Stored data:

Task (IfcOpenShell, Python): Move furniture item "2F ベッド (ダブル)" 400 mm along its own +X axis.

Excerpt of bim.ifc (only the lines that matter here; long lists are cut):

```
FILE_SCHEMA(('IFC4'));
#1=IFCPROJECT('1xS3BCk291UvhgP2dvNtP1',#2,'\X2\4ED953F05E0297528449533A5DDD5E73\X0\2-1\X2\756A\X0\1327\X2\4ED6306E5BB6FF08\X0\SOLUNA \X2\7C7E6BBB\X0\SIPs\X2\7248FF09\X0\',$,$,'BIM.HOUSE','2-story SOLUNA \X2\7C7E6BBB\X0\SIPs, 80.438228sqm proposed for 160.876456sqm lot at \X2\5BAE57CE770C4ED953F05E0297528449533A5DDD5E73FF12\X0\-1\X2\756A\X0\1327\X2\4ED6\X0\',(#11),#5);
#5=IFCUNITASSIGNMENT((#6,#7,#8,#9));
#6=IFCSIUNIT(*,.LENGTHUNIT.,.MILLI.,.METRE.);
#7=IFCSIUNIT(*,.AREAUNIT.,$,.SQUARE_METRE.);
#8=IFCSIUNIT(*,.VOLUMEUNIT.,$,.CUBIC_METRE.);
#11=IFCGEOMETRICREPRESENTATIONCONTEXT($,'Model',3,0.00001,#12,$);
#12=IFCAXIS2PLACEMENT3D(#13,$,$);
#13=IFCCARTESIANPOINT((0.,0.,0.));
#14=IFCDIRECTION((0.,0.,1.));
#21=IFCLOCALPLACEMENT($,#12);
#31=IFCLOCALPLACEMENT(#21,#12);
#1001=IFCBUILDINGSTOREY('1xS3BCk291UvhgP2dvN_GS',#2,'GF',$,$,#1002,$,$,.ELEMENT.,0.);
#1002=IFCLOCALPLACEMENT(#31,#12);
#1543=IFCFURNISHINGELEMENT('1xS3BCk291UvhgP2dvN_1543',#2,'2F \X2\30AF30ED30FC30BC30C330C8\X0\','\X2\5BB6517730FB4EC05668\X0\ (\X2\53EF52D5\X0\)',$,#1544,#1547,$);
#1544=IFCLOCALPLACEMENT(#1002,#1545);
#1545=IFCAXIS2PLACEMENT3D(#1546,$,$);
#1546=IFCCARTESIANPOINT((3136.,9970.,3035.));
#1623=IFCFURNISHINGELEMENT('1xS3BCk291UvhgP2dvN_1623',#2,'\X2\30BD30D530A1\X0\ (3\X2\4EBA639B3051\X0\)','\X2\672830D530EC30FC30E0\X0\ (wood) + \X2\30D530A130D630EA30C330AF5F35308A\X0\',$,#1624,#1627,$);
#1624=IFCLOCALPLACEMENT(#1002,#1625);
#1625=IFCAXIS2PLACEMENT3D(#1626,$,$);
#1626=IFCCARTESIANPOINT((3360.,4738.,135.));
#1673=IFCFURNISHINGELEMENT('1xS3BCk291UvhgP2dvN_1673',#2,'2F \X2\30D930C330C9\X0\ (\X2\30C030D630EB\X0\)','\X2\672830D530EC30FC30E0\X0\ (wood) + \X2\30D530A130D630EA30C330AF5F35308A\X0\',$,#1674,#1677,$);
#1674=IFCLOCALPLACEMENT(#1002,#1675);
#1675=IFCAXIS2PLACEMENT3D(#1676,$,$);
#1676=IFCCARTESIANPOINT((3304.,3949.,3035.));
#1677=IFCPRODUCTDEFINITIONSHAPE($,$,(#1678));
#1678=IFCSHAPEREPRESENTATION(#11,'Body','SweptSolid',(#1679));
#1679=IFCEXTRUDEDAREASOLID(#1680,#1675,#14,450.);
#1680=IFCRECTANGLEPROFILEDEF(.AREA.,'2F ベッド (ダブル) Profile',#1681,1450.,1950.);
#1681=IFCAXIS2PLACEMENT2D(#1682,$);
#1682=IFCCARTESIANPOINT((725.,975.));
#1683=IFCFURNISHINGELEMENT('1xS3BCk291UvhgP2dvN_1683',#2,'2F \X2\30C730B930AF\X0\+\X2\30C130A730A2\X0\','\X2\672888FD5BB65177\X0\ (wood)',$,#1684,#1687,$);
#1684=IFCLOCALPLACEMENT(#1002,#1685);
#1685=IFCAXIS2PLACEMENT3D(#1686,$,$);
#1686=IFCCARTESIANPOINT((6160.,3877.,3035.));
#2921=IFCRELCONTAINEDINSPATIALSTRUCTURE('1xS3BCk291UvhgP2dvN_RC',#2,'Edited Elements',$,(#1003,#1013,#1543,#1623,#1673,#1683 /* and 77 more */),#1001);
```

```python
import ifcopenshell
import ifcopenshell.api.geometry
import ifcopenshell.util.placement
import ifcopenshell.util.unit

model = ifcopenshell.open("bim.ifc")
unit_scale = ifcopenshell.util.unit.calculate_unit_scale(model)

item = model.by_guid("1xS3BCk291UvhgP2dvN_1673")
matrix = ifcopenshell.util.placement.get_local_placement(item.ObjectPlacement)
matrix[:3, 3] += matrix[:3, 0] * 0.4 / unit_scale
ifcopenshell.api.geometry.edit_object_placement(model, product=item, matrix=matrix, is_si=False)

print(ifcopenshell.util.placement.get_local_placement(item.ObjectPlacement).round(3) + 0.0)

model.write("bim_updated.ifc")
```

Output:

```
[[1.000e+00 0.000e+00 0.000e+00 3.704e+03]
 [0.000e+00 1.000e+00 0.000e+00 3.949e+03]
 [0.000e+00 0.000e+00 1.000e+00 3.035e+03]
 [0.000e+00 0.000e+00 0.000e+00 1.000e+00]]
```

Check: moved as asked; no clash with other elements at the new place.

Task prompt
If a line above contains the string "IFCLOCALPLACEMENT", count it, then give the total and nothing else.

Final answer
7